How many lines within the records include the word "Common"? Only that number should be given.
--- Exercise inputs ---
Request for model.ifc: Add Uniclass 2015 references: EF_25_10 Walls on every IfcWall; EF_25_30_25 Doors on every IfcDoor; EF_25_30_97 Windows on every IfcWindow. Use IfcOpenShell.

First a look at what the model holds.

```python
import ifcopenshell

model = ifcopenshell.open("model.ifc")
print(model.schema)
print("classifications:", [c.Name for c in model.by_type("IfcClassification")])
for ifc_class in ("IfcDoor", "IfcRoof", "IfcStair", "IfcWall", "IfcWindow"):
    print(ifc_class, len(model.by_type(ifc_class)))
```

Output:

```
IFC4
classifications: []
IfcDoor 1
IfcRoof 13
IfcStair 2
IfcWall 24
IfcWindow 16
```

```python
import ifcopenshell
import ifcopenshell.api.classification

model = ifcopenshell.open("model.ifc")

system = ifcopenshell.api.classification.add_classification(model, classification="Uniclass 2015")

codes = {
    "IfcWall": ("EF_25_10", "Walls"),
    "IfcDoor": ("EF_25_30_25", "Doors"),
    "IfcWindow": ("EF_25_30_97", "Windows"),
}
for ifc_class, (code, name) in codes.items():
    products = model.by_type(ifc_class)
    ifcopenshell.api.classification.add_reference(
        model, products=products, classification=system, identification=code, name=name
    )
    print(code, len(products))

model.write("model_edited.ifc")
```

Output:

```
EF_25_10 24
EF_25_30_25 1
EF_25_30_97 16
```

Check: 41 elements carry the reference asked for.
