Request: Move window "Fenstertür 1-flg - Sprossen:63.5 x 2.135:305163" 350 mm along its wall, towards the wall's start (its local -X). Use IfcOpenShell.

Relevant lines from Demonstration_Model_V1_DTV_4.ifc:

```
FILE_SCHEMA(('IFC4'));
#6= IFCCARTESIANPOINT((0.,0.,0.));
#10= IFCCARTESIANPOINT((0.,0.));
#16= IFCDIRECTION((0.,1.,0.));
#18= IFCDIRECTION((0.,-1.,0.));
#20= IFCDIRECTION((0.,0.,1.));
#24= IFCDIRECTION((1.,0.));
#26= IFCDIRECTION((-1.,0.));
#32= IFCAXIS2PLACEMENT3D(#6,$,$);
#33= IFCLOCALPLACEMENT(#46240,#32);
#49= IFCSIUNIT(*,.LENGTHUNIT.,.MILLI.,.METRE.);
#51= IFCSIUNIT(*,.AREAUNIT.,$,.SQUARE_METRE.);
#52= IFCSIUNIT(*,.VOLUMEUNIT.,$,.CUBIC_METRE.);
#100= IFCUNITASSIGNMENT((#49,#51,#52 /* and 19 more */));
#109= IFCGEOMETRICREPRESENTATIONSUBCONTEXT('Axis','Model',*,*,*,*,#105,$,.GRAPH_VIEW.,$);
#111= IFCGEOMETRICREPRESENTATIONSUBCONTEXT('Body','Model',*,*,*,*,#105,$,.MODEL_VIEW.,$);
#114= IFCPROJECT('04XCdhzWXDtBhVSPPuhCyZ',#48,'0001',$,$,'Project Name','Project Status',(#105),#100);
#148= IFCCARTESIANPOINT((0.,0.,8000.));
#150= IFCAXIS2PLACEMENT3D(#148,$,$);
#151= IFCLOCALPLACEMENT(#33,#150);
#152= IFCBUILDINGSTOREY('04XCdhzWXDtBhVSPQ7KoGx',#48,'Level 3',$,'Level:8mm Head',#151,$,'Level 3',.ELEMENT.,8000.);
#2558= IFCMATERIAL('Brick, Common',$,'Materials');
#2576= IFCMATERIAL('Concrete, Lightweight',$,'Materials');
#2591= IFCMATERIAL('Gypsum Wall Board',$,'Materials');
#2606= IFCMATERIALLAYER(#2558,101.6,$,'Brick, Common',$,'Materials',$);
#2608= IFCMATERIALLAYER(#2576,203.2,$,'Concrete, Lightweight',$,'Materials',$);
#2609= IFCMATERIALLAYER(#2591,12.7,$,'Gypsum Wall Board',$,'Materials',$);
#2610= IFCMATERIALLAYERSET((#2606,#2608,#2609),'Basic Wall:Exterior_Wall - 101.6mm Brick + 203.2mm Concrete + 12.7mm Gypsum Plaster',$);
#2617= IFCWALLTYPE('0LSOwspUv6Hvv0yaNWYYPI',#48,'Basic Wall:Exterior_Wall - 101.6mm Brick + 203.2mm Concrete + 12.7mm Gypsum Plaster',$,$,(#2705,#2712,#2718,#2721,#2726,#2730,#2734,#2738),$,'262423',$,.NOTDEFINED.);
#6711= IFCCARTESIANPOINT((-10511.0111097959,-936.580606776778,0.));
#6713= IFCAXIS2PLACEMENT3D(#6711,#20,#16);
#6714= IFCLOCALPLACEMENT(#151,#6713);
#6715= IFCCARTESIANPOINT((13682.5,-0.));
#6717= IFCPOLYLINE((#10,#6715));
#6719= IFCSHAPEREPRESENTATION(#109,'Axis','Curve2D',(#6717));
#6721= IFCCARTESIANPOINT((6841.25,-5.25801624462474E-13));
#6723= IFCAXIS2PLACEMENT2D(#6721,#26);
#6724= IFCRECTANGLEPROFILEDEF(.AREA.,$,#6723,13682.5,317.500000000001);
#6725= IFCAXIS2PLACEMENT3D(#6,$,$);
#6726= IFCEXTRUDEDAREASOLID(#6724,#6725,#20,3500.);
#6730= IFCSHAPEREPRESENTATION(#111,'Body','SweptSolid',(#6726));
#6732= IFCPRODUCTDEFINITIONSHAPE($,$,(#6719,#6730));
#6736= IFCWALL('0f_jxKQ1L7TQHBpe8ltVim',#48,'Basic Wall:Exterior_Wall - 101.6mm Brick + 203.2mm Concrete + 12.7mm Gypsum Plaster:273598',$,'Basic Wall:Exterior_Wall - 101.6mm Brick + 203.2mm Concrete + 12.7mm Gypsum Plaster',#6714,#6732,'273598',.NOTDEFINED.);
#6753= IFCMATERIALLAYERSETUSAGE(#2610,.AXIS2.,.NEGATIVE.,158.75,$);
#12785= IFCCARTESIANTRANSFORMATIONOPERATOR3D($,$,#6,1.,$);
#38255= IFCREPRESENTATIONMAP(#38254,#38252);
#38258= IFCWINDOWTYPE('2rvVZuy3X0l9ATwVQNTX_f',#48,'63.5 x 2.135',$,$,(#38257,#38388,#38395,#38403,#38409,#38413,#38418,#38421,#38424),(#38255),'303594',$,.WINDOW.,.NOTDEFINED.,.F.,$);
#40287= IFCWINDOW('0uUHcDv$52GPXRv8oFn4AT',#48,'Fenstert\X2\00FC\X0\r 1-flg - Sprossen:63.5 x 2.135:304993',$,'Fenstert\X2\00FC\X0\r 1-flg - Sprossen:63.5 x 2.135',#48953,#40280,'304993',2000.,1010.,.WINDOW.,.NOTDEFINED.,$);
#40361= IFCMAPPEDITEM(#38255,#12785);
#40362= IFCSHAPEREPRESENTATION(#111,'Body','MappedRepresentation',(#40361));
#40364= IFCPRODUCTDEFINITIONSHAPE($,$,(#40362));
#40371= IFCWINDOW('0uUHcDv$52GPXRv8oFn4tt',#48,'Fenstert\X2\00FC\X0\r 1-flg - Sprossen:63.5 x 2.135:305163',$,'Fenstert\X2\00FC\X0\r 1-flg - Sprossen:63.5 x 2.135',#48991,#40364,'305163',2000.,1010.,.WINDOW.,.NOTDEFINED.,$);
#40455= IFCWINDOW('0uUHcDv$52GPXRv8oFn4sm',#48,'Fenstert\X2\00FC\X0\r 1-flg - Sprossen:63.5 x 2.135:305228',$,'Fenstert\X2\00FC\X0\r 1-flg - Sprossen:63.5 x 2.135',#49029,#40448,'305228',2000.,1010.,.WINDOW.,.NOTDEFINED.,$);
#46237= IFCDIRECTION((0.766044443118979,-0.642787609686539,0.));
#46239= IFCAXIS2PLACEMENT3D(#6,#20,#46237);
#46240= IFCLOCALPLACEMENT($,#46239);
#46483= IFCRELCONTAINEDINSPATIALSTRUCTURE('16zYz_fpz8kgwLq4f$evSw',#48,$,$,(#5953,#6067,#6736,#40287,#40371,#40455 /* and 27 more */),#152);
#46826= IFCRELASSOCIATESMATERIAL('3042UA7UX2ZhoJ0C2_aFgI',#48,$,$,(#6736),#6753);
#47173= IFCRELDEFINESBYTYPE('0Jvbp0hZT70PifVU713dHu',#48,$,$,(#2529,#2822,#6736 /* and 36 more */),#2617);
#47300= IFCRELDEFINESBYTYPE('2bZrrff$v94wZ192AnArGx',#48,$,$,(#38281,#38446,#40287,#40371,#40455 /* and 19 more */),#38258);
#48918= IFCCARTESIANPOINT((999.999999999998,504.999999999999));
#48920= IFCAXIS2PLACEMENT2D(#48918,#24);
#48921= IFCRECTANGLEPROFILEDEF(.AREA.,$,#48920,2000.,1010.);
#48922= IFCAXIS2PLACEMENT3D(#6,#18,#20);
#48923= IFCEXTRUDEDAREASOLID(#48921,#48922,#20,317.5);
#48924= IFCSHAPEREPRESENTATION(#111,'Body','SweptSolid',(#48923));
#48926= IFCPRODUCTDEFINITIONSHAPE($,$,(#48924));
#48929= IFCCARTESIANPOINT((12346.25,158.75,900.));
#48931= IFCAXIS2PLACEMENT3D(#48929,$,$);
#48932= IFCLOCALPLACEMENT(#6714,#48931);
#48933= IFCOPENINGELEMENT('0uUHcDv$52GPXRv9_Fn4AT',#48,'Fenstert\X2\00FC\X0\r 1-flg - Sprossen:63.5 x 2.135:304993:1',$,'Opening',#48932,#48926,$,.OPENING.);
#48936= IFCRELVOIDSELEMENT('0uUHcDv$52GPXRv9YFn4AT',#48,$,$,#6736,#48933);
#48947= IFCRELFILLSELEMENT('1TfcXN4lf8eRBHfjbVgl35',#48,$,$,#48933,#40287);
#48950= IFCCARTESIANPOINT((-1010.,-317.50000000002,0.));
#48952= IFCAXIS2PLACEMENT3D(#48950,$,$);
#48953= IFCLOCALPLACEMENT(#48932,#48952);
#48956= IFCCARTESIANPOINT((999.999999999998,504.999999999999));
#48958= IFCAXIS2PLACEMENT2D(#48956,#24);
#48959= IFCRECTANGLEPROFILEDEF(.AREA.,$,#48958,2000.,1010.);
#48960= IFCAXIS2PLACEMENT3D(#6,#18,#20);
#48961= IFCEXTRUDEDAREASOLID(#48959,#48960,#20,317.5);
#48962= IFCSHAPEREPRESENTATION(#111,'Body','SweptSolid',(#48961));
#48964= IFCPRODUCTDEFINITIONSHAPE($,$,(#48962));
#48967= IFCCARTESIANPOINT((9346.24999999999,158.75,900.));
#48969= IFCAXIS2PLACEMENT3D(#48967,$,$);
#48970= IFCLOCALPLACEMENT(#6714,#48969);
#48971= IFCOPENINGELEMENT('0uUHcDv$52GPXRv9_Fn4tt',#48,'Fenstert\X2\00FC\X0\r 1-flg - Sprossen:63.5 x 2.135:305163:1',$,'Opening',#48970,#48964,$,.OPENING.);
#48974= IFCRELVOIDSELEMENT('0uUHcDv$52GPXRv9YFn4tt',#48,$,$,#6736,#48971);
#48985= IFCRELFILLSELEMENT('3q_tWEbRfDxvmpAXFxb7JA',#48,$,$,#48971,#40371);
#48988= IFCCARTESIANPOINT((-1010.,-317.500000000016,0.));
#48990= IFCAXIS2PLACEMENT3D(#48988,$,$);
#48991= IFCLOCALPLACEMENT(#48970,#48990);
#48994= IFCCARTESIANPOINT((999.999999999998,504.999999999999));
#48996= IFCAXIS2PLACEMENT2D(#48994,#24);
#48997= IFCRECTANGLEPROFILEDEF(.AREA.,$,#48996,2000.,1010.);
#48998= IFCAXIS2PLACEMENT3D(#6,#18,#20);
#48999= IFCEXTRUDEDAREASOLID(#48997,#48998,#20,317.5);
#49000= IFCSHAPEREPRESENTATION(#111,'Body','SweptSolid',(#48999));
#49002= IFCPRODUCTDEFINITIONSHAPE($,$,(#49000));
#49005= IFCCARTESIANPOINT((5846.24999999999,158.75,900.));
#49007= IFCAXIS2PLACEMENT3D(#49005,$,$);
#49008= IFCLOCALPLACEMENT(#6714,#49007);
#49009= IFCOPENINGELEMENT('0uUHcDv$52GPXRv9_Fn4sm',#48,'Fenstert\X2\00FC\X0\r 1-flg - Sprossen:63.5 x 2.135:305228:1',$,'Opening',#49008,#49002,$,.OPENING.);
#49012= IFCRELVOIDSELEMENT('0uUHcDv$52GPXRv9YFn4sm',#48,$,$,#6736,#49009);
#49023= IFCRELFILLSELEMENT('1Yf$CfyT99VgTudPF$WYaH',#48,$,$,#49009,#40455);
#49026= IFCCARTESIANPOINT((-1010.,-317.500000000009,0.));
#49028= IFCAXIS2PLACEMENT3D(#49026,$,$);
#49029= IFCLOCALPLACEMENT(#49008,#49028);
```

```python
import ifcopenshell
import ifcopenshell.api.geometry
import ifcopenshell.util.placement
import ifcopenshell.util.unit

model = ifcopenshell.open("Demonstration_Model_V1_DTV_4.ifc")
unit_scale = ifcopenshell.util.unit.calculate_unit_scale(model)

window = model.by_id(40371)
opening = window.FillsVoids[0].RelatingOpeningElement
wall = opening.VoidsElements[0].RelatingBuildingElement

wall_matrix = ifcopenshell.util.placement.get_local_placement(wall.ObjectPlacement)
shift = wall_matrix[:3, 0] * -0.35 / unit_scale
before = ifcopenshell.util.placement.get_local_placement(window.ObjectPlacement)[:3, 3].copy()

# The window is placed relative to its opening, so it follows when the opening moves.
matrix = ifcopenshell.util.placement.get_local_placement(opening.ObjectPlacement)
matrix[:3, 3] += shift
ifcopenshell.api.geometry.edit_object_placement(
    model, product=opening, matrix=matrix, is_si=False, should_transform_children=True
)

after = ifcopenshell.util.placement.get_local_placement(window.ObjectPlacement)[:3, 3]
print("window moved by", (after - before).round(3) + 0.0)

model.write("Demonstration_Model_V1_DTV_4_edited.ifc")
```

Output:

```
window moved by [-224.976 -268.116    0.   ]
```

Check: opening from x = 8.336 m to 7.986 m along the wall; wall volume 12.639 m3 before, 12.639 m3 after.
---
* _Response_
2